Para os alunos do Ensino Médio, os jovens estão período pré-vestibular e por isso há iniciativas como é o caso do “Supers”. Esse projeto do Colégio Adventista de Florianópolis – Unidade Estreito (CAF-E) teve início no começo do ano e ocorre a cada 15 dias. “São aulas que duram até 3 horas bem dinâmicas. É bem no estilo cursinho pré-vestibular, com toda aquela motivação, músicas, vestimentas e vídeos com o foco no aprendizado rápido”, explica Andrea Spanivello, coordenadora escolar.

O grande destaque está por conta do desejo dos alunos em participarem. A participação não tem custo extra, mas é necessário ter boas notas e bom comportamento. Quem não tem boas notas, não entra. “Os melhores academicamente falando começaram a participar e logo estavam falando de como acharam legal em sala de aula. Os outros, que não tinham alcançado os índices nas provas, correram atrás para poderem participar. Ficou ‘status’ participar, com a diferença que nesse ‘status’ se aprende muito”, acrescenta Janes Helena Marks da Silva, coordenadora escolar. Não há custo extra e alguns pais estão inclusive indo na unidade escolar para se informar melhor sobre o projeto e ao saberem das notas dos filhos, eles saem focados em exigir mais dos estudantes.

O ritmo do Supers é rápido, mas os alunos não reclamam. “Agora, eu me preocupo mais com as notas. Se minhas notas caírem, eu saído do Supers e isso eu não quero. O programa é incrível. Mesmo cansada das aulas da manhã eu vou no Supers. É demais!”, explica Ana Cristina Amaral, estudante. O professor Ernandi Dziedicz, diretor da unidade, acrescenta o motivo da produtividade no conteúdo: “Eles prestam mais a atenção e isso faz com que os professores tenham facilidade em mostrar o conteúdo de forma criativa”.

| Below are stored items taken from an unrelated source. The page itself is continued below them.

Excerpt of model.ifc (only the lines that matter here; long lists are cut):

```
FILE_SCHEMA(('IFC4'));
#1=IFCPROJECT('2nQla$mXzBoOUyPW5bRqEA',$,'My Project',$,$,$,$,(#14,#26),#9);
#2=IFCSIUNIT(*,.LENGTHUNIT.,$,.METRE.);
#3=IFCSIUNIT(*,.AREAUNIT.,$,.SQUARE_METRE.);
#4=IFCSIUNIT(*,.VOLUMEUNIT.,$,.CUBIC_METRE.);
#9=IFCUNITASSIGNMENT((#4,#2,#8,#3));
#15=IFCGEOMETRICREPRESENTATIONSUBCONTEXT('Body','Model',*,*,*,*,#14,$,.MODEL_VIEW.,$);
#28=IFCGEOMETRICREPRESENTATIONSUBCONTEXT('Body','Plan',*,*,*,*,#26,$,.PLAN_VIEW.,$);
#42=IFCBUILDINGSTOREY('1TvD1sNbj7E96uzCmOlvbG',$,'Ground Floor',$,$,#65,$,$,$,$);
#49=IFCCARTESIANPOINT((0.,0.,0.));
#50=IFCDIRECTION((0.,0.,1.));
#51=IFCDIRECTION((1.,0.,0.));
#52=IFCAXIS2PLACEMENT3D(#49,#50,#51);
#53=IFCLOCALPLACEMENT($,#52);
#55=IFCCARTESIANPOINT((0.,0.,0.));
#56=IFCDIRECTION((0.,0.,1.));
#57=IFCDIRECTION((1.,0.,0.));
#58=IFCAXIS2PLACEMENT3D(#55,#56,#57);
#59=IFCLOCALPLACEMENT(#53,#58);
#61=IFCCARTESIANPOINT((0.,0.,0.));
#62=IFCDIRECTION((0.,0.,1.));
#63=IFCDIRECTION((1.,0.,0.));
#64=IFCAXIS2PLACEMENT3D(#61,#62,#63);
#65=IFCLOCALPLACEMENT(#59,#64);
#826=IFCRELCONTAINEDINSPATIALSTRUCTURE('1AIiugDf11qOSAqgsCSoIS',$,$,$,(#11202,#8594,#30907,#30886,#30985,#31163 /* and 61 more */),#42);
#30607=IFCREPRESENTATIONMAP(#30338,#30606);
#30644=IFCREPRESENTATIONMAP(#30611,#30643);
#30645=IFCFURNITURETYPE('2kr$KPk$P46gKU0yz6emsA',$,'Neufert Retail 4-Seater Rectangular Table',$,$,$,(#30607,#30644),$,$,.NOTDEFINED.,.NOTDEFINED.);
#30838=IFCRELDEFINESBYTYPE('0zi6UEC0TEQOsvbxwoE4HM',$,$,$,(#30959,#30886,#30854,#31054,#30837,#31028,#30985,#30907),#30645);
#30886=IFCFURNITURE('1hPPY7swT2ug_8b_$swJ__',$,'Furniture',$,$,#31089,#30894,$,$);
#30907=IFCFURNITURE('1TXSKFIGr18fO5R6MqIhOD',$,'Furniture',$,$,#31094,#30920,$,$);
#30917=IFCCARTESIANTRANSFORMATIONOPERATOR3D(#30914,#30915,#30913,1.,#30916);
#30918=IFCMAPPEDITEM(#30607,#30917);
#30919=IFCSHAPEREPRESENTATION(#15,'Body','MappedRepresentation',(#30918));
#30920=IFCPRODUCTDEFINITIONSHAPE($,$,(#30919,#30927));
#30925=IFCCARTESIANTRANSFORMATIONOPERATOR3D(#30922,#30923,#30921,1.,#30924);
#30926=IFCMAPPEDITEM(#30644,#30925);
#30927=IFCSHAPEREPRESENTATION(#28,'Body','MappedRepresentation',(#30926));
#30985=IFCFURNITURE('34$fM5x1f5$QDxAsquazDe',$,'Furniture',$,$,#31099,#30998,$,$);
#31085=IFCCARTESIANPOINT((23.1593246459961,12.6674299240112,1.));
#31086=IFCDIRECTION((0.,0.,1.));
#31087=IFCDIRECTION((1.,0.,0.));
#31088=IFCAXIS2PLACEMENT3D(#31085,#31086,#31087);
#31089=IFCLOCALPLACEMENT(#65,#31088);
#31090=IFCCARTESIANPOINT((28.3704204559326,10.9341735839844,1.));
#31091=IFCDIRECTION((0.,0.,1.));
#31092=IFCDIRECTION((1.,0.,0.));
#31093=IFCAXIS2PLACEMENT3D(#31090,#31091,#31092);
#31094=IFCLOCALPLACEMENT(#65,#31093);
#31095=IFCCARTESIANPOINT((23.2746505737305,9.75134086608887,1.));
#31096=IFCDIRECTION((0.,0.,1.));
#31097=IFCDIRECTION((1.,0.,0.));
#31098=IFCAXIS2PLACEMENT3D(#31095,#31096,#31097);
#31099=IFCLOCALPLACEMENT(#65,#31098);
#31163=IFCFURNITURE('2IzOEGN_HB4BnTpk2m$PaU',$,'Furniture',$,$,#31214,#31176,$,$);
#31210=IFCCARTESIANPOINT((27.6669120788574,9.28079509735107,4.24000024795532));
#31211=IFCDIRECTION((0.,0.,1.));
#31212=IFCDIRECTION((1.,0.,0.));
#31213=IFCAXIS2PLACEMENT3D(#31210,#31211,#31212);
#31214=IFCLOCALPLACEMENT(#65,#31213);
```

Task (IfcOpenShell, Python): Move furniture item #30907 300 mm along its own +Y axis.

```python
import ifcopenshell
import ifcopenshell.api.geometry
import ifcopenshell.util.placement
import ifcopenshell.util.unit

model = ifcopenshell.open("model.ifc")
unit_scale = ifcopenshell.util.unit.calculate_unit_scale(model)

item = model.by_guid("1TXSKFIGr18fO5R6MqIhOD")
matrix = ifcopenshell.util.placement.get_local_placement(item.ObjectPlacement)
matrix[:3, 3] += matrix[:3, 1] * 0.3 / unit_scale
ifcopenshell.api.geometry.edit_object_placement(model, product=item, matrix=matrix, is_si=False)

print(ifcopenshell.util.placement.get_local_placement(item.ObjectPlacement).round(3) + 0.0)

model.write("model-out.ifc")
```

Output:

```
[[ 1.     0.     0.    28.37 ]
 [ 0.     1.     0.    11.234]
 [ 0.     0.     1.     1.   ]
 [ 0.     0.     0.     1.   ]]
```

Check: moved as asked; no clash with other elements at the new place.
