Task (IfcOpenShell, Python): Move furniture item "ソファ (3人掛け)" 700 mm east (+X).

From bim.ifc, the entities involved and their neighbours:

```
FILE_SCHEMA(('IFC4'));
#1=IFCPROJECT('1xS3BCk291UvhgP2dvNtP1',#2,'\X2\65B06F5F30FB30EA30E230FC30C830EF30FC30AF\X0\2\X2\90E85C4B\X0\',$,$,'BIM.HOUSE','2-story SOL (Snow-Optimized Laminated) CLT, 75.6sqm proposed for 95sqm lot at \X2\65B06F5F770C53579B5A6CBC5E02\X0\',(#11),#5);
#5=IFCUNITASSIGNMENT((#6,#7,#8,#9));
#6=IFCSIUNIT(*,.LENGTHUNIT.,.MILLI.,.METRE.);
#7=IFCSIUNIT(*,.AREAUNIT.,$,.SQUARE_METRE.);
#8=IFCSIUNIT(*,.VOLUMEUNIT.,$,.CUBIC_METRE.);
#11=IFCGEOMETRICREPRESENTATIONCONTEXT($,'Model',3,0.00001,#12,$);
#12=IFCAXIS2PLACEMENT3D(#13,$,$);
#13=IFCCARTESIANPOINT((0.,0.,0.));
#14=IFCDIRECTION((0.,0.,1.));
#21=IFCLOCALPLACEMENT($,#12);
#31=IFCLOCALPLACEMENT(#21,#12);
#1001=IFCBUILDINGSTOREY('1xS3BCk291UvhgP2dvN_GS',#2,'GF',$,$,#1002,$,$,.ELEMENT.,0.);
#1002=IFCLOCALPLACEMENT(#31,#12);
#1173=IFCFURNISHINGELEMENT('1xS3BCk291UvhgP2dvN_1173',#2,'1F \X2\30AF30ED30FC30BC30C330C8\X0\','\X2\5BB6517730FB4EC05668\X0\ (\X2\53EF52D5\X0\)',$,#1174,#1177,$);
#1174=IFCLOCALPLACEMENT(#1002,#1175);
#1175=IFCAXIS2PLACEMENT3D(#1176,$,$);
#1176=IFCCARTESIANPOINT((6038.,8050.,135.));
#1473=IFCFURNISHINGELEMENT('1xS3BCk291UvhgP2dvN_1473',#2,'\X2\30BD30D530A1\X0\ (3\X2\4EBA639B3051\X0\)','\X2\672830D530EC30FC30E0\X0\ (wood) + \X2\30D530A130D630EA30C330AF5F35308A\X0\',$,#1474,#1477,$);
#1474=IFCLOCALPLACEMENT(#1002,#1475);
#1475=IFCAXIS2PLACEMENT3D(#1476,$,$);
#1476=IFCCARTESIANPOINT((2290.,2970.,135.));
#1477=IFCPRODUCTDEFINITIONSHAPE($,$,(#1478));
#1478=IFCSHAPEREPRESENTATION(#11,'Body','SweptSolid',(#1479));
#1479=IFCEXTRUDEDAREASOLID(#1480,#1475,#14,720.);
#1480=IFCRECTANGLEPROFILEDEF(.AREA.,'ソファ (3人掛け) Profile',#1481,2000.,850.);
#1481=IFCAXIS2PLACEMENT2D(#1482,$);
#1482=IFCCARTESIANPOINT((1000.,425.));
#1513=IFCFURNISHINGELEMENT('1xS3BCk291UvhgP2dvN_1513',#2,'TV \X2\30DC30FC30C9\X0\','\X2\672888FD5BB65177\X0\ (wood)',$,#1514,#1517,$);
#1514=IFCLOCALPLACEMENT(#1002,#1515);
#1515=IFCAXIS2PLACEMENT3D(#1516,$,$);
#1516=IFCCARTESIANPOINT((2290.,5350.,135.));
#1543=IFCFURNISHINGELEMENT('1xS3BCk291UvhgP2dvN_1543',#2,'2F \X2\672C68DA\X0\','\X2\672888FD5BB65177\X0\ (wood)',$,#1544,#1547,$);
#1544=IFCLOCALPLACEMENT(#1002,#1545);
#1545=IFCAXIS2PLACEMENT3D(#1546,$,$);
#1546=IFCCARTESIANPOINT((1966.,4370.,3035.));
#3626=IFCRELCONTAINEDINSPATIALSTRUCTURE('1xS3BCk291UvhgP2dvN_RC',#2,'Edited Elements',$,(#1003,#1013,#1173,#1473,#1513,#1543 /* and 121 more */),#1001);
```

```python
import ifcopenshell
import ifcopenshell.api.geometry
import ifcopenshell.util.placement
import ifcopenshell.util.unit

model = ifcopenshell.open("bim.ifc")
unit_scale = ifcopenshell.util.unit.calculate_unit_scale(model)

item = model.by_guid("1xS3BCk291UvhgP2dvN_1473")
matrix = ifcopenshell.util.placement.get_local_placement(item.ObjectPlacement)
matrix[0, 3] += 0.7 / unit_scale
ifcopenshell.api.geometry.edit_object_placement(model, product=item, matrix=matrix, is_si=False)

print(ifcopenshell.util.placement.get_local_placement(item.ObjectPlacement).round(3) + 0.0)

model.write("bim_edited.ifc")
```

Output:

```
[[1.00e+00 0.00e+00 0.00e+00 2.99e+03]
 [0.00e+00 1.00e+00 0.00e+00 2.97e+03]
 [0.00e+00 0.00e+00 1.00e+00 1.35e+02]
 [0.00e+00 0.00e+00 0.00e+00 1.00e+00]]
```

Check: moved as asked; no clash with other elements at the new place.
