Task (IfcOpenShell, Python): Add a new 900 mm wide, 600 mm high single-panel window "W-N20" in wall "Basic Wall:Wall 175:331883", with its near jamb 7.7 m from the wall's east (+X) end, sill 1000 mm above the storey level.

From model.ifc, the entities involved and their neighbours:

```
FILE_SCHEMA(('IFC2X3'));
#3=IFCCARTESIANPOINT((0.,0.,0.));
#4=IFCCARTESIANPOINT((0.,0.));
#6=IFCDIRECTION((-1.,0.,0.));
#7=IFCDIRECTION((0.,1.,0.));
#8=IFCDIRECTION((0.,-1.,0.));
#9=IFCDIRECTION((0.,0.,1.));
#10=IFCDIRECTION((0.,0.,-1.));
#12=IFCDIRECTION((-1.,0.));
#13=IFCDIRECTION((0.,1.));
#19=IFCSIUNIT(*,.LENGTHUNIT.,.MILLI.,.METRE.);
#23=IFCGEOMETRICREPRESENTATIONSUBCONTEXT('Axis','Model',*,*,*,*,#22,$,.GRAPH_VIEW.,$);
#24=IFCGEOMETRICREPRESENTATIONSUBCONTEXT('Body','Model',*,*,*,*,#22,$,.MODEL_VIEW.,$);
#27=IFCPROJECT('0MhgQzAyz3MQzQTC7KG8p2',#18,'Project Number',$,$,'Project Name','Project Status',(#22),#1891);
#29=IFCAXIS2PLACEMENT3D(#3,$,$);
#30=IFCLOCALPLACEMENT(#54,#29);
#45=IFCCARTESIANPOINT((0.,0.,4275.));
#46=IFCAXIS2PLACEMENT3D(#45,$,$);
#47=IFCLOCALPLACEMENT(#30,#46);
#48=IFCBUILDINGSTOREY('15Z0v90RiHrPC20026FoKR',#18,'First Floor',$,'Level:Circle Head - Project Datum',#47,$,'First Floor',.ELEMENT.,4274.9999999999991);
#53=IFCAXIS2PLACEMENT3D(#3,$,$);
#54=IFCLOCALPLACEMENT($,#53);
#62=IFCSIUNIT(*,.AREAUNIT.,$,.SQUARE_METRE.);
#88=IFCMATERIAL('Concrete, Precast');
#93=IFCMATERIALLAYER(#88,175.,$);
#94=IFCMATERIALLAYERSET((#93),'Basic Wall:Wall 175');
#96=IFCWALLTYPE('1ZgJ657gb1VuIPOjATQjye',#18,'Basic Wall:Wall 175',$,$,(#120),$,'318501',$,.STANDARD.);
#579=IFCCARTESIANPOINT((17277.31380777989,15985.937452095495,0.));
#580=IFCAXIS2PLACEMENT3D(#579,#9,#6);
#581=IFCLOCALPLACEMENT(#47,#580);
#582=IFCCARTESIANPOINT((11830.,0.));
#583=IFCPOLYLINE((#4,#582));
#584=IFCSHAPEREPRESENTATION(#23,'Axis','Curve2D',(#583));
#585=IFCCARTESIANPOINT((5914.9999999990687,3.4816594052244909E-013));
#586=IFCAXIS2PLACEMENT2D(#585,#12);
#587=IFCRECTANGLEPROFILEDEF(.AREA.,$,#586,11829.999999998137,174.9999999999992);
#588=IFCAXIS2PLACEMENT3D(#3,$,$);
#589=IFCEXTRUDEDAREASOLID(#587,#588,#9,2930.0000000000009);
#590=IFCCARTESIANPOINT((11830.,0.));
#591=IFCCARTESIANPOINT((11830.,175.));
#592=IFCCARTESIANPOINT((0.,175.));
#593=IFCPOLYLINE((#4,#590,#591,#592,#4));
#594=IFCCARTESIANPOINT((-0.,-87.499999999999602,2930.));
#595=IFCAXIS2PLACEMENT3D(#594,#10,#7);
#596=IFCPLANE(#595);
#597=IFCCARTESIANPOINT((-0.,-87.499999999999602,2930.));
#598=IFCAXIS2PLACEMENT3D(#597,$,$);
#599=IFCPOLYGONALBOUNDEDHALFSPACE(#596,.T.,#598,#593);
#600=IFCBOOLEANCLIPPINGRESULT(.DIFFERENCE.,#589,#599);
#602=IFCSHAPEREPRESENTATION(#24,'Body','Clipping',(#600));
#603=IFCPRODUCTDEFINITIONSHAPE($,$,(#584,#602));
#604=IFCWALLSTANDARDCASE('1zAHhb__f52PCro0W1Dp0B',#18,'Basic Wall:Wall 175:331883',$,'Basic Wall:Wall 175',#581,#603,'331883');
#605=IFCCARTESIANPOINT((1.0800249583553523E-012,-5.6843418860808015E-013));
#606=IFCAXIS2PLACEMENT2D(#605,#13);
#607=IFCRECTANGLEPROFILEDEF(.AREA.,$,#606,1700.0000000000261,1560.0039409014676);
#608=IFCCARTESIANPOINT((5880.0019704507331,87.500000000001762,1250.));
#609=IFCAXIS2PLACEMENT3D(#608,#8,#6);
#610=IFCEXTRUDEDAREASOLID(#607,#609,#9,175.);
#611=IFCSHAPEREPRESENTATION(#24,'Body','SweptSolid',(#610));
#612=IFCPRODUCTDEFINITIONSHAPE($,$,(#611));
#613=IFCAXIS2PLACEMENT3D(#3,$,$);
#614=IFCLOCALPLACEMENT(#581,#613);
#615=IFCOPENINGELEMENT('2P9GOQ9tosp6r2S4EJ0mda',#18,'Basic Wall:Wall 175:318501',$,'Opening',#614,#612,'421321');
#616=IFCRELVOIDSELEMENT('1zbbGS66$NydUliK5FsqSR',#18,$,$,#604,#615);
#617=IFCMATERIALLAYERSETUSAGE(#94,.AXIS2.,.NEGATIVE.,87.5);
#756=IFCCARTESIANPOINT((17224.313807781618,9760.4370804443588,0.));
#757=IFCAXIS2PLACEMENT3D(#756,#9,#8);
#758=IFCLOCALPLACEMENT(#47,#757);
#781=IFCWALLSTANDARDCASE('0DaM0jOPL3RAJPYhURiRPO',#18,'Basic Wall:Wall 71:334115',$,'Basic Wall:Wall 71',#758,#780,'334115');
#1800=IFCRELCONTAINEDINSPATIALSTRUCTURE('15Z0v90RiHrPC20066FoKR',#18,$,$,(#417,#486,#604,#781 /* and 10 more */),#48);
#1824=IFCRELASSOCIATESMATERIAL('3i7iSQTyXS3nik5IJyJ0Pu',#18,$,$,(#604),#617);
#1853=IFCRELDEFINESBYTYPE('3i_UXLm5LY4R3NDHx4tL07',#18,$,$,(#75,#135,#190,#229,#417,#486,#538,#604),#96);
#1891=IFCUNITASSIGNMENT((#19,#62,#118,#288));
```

```python
import numpy as np
import ifcopenshell
import ifcopenshell.api.feature
import ifcopenshell.api.geometry
import ifcopenshell.api.root
import ifcopenshell.api.spatial
import ifcopenshell.api.type
import ifcopenshell.geom
import ifcopenshell.util.element
import ifcopenshell.util.placement
import ifcopenshell.util.representation
import ifcopenshell.util.shape
import ifcopenshell.util.unit

model = ifcopenshell.open("model.ifc")
unit_scale = ifcopenshell.util.unit.calculate_unit_scale(model)
settings = ifcopenshell.geom.settings()


def volume(element):
    """Net volume in cubic metres, openings subtracted."""
    shape = ifcopenshell.geom.create_shape(settings, element)
    return ifcopenshell.util.shape.get_volume(shape.geometry)


wall = model.by_id(604)
storey = ifcopenshell.util.element.get_container(wall, ifc_class="IfcBuildingStorey")
context = ifcopenshell.util.representation.get_context(model, "Model", "Body", "MODEL_VIEW")
before = volume(wall)

width, height, from_end, sill = 0.9, 0.6, 7.7, 1  # metres

# The wall runs along its own X axis, and the end named is its -X end.
wall_shape = ifcopenshell.geom.create_shape(settings, wall)
x, y, z = ifcopenshell.util.shape.get_vertices(wall_shape.geometry).T
start = x.min() + from_end
face, thickness = float(y.min()), float(y.max() - y.min())
wall_matrix = ifcopenshell.util.placement.get_local_placement(wall.ObjectPlacement)
level = ifcopenshell.util.placement.get_local_placement(storey.ObjectPlacement)[2, 3]


def in_wall(x, y):
    """Placement at x, y metres in the wall's axes, at sill height."""
    matrix = wall_matrix.copy()
    matrix[:, 3] = wall_matrix @ np.array([x / unit_scale, y / unit_scale, 0.0, 1.0])
    matrix[2, 3] = level + sill / unit_scale
    return matrix


# Opening: a box that overshoots both wall faces by 50 mm.
opening = ifcopenshell.api.root.create_entity(model, ifc_class="IfcOpeningElement")
box = ifcopenshell.api.geometry.add_wall_representation(
    model, context=context, length=width, height=height, thickness=thickness + 0.1
)
ifcopenshell.api.geometry.assign_representation(model, product=opening, representation=box)
ifcopenshell.api.geometry.edit_object_placement(model, product=opening, matrix=in_wall(start, face - 0.05), is_si=False)
ifcopenshell.api.feature.add_feature(model, feature=opening, element=wall)

window = ifcopenshell.api.root.create_entity(model, ifc_class="IfcWindow", name="W-N20")
window.OverallWidth, window.OverallHeight = width / unit_scale, height / unit_scale
body = ifcopenshell.api.geometry.add_window_representation(
    model,
    context=context,
    overall_width=window.OverallWidth,
    overall_height=window.OverallHeight,
    partition_type="SINGLE_PANEL",
)
ifcopenshell.api.geometry.assign_representation(model, product=window, representation=body)
ifcopenshell.api.spatial.assign_container(model, products=[window], relating_structure=storey)
fills = ifcopenshell.api.feature.add_filling(model, opening=opening, element=window)
fills.OwnerHistory = window.OwnerHistory  # required in IFC2X3

# IFC2X3 keeps the operation on the window style.
style = ifcopenshell.api.root.create_entity(model, ifc_class="IfcWindowStyle", name="W-N20")
style.OperationType, style.ConstructionType = "SINGLE_PANEL", "NOTDEFINED"
style.ParameterTakesPrecedence = style.Sizeable = False
ifcopenshell.api.type.assign_type(model, related_objects=[window], relating_type=style)

# Centre the window in the wall's thickness.
ifcopenshell.api.geometry.edit_object_placement(model, product=window, matrix=in_wall(start, face), is_si=False)
window_shape = ifcopenshell.geom.create_shape(settings, window)
depth = ifcopenshell.util.shape.get_vertices(window_shape.geometry)[:, 1]
offset = face + thickness / 2 - (depth.min() + depth.max()) / 2
ifcopenshell.api.geometry.edit_object_placement(model, product=window, matrix=in_wall(start, offset), is_si=False)

after = volume(wall)

print(f"wall volume {before:.3f} -> {after:.3f} m3")

model.write("model_edited.ifc")
```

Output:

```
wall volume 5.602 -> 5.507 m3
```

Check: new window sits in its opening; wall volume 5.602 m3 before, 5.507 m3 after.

Professor Elias Nascimento vestido de “manezinho da ilha” em aula de história

Os professores usam de todos os meios possíveis para chamar a atenção dos alunos, mas sempre de forma lúdica. Na aula de história que nossa equipe de reportagem esteve presente o professor Elias Nascimento foi caraterizado de pescador e com uma tarrafa na mão para falar sobre a história de Santa Catarina. “O típico manezinho da ilha tem algo para contar para vocês hoje”, falou o professor, ao lançar sua tarrafa no meio da sala.

Ao todo, 42 estudantes já estão participando e há 50 vagas disponíveis, por isso, há uma corrida acadêmica dos demais alunos para alcançarem as últimas vagas. “Para os pais, é motivo de alegria ver os filhos se dedicando de verdade nos estudos, para os professores são três horas de realização acadêmica e para nós, como instituição, é a certeza que todo o esforço para aplicar o projeto valeu a pena”, acrescenta o professor.

Por fim, o resultado são alunos com mais conteúdo para o vestibular. “Eu estou gostando bastante das aulas. Tinha algumas matérias que eu demorava para aprender na aula normal, mas tive facilidade no Supers. Entendi tudo em apenas 1 hora conteúdos que demoravam um montão. Parece que fui mais porque todo mundo está focado nos estudos”, finaliza a estudante Isabelle Custódio.